== Information ==

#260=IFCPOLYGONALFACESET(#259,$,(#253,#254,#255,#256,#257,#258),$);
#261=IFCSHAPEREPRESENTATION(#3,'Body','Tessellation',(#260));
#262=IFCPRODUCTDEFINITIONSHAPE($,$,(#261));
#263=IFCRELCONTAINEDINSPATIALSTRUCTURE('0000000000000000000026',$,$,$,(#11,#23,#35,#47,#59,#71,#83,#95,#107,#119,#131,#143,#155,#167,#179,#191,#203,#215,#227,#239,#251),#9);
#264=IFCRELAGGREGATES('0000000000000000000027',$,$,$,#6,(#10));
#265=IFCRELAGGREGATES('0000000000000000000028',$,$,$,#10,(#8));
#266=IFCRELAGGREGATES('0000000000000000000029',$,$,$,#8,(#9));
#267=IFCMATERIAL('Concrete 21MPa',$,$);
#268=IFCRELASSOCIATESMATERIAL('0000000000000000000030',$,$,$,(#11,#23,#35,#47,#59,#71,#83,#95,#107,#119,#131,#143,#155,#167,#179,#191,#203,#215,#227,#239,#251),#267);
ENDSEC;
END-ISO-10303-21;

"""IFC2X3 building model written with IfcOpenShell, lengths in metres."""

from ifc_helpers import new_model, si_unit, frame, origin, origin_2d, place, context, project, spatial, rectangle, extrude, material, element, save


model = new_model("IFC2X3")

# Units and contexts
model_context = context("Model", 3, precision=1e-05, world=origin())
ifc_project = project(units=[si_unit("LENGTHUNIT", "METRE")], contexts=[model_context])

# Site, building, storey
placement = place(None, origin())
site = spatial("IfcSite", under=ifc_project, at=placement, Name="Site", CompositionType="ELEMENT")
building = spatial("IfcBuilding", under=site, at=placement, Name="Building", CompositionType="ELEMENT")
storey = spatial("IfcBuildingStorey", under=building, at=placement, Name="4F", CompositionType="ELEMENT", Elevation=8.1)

===

Your goal:
Whenever a line in the entries holds the word "building", copy that line.

Result of this task:
"""IFC2X3 building model written with IfcOpenShell, lengths in metres."""
# Site, building, storey
building = spatial("IfcBuilding", under=site, at=placement, Name="Building", CompositionType="ELEMENT")
storey = spatial("IfcBuildingStorey", under=building, at=placement, Name="4F", CompositionType="ELEMENT", Elevation=8.1)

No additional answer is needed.